**WORK TO BE COMPLETED:** Only the lines that include "along" should be copied from the data below.

**DATA SHOWN:**
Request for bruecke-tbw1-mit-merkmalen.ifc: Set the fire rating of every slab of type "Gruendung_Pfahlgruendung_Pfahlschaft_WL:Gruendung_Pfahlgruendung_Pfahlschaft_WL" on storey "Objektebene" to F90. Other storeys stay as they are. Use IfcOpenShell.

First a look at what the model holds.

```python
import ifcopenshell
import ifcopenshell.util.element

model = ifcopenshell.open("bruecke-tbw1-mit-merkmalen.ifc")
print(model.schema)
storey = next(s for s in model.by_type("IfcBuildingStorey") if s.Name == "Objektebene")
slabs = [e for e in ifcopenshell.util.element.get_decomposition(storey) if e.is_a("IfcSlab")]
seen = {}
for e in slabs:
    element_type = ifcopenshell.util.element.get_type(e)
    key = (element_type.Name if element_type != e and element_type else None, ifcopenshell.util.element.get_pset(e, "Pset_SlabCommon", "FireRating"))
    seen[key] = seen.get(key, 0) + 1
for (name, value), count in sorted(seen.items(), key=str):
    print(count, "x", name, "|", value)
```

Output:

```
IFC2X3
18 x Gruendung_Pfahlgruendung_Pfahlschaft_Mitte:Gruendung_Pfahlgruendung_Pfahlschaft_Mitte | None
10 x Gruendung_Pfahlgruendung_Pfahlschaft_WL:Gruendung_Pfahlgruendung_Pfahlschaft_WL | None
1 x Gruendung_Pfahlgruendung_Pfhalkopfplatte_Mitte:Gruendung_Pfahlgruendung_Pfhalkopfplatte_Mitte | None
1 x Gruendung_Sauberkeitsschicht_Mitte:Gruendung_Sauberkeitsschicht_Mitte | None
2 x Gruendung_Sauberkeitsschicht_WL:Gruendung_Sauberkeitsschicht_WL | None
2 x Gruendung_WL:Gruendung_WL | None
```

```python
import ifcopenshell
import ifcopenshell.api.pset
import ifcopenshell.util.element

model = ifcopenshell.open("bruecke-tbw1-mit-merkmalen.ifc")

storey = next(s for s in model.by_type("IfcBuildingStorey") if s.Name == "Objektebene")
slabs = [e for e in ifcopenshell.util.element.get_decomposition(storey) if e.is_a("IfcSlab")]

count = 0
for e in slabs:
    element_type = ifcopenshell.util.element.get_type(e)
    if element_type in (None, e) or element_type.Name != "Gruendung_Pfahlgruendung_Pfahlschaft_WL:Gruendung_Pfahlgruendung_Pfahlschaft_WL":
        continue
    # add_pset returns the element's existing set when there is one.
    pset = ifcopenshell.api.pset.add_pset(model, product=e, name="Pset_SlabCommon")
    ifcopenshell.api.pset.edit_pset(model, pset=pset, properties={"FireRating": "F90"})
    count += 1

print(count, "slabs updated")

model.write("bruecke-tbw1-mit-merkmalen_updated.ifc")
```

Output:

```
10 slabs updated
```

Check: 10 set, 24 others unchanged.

--

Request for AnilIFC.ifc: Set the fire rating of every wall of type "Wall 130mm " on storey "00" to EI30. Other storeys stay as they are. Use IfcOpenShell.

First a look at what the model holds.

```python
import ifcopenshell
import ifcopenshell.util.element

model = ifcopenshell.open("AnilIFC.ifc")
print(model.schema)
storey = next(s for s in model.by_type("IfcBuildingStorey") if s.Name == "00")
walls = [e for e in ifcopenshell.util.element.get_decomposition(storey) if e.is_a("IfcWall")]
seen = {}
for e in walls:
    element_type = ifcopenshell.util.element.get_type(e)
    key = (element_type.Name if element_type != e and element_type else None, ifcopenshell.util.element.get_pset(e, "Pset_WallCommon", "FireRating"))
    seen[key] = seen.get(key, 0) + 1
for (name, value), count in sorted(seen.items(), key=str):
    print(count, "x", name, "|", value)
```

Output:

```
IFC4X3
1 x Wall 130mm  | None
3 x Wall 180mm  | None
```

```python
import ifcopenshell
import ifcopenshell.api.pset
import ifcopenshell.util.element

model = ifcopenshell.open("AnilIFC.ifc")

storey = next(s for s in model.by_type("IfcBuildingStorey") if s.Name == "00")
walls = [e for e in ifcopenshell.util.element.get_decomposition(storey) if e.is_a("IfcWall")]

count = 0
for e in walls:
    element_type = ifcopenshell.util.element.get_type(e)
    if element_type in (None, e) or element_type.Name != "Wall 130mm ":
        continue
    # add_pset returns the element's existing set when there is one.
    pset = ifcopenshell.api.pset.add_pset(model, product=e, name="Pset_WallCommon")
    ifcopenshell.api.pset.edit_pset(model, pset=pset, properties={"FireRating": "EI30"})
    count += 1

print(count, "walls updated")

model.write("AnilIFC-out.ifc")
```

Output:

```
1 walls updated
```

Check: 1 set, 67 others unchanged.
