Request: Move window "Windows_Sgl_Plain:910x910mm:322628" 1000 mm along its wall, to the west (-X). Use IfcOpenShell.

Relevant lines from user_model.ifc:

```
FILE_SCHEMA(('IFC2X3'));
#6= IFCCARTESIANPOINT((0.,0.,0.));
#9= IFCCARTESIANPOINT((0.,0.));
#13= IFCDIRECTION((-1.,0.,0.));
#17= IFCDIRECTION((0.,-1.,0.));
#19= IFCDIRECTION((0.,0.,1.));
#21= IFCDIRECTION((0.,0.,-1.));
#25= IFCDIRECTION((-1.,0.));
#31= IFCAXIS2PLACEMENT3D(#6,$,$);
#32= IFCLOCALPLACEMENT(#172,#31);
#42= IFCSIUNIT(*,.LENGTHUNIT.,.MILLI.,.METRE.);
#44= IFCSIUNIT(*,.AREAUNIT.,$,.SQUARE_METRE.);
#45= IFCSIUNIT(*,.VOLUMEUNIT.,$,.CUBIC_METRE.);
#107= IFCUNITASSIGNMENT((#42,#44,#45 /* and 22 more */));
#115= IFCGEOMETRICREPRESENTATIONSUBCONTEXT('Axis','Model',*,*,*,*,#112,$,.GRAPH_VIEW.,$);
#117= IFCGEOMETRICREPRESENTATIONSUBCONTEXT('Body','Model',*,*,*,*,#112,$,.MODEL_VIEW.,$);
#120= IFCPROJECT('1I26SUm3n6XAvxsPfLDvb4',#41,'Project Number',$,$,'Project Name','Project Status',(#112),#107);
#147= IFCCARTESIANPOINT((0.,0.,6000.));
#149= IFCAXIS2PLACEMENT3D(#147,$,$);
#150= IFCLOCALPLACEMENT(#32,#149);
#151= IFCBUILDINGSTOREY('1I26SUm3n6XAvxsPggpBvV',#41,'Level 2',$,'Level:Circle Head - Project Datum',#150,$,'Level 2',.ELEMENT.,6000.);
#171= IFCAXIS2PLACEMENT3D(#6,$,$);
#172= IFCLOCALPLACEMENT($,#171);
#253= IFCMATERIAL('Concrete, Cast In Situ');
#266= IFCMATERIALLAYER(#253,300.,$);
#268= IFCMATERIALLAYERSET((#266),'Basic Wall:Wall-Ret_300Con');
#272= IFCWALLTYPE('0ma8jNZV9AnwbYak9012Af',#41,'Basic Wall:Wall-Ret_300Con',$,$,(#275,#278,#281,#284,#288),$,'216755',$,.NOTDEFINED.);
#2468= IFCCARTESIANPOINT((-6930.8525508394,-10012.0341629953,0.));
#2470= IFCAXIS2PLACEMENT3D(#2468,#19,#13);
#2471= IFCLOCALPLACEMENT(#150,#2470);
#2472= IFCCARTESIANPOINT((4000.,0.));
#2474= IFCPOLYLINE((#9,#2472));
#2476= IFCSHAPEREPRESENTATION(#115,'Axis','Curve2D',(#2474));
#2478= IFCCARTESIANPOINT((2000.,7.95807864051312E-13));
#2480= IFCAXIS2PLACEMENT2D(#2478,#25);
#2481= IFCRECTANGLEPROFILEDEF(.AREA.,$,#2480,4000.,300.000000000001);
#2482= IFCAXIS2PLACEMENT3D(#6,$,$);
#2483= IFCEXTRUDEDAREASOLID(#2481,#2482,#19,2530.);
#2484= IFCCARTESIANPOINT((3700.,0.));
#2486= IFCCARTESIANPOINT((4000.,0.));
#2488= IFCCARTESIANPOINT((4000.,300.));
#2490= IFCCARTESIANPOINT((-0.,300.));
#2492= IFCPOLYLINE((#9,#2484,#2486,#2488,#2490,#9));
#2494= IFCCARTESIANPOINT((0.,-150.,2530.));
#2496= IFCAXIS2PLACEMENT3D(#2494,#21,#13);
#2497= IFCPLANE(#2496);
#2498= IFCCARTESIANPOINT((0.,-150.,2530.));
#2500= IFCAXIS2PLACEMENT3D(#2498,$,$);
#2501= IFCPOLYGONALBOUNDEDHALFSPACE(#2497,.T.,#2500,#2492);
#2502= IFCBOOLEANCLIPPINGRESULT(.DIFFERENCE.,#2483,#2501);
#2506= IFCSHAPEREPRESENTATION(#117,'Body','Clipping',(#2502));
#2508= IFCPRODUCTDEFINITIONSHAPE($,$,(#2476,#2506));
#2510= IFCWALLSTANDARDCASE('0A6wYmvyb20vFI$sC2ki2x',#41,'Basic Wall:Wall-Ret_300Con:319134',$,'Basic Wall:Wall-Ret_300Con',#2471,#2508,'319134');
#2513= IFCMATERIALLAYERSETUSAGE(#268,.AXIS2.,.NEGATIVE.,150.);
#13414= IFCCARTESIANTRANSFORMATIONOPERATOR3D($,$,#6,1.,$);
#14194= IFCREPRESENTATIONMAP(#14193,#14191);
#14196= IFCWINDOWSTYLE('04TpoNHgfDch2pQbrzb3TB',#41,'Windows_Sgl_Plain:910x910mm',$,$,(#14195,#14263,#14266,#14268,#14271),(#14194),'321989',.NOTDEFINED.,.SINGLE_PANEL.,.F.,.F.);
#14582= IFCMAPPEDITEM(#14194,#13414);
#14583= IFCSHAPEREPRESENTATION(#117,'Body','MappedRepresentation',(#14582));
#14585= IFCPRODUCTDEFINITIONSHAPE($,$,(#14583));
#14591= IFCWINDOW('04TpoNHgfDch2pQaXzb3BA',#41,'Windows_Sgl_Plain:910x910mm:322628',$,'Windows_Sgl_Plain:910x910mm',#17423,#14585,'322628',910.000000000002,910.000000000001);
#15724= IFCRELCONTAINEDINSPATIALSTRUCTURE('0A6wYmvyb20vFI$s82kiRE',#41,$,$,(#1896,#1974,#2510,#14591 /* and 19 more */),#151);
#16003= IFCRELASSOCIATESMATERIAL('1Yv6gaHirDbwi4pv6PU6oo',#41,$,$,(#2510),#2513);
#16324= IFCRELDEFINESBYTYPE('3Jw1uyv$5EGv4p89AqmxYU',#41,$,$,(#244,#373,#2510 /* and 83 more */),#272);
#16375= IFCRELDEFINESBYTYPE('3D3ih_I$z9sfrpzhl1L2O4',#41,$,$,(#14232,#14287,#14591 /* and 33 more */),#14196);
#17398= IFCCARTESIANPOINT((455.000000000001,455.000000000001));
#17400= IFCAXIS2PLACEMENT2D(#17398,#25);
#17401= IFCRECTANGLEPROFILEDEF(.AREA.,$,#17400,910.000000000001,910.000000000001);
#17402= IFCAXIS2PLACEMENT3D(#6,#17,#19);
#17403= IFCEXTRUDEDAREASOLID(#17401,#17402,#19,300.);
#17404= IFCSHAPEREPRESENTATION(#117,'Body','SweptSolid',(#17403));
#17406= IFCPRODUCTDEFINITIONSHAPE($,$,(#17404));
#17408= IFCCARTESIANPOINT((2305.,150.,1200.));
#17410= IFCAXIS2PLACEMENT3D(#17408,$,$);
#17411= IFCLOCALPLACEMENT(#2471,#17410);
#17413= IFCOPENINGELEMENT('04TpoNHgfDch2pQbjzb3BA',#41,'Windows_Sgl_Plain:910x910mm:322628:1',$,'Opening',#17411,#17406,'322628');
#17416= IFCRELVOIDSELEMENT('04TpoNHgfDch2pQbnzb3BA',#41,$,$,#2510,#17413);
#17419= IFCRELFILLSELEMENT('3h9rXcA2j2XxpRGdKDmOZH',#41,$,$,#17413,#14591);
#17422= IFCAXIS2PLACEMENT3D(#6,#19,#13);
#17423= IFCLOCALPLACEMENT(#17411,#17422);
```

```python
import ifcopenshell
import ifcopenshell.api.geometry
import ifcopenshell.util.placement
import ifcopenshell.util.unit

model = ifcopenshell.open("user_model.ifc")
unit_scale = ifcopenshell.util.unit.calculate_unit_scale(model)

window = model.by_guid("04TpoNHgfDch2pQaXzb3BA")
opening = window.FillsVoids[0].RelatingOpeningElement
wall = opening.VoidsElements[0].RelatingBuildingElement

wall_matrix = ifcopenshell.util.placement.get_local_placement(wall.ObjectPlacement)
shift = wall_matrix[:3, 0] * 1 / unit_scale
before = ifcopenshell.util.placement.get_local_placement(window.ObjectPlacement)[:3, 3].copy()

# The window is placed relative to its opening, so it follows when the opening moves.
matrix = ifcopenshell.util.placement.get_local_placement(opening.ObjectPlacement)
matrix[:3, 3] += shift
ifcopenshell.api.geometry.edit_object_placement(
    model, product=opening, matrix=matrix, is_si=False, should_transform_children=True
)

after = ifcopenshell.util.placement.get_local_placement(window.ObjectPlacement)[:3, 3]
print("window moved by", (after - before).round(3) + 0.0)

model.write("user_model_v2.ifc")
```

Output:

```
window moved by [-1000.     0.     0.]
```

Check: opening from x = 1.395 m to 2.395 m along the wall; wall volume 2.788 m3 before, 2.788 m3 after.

**RESPONSE:**
Request: Move window "Windows_Sgl_Plain:910x910mm:322628" 1000 mm along its wall, to the west (-X). Use IfcOpenShell.
Check: opening from x = 1.395 m to 2.395 m along the wall; wall volume 2.788 m3 before, 2.788 m3 after.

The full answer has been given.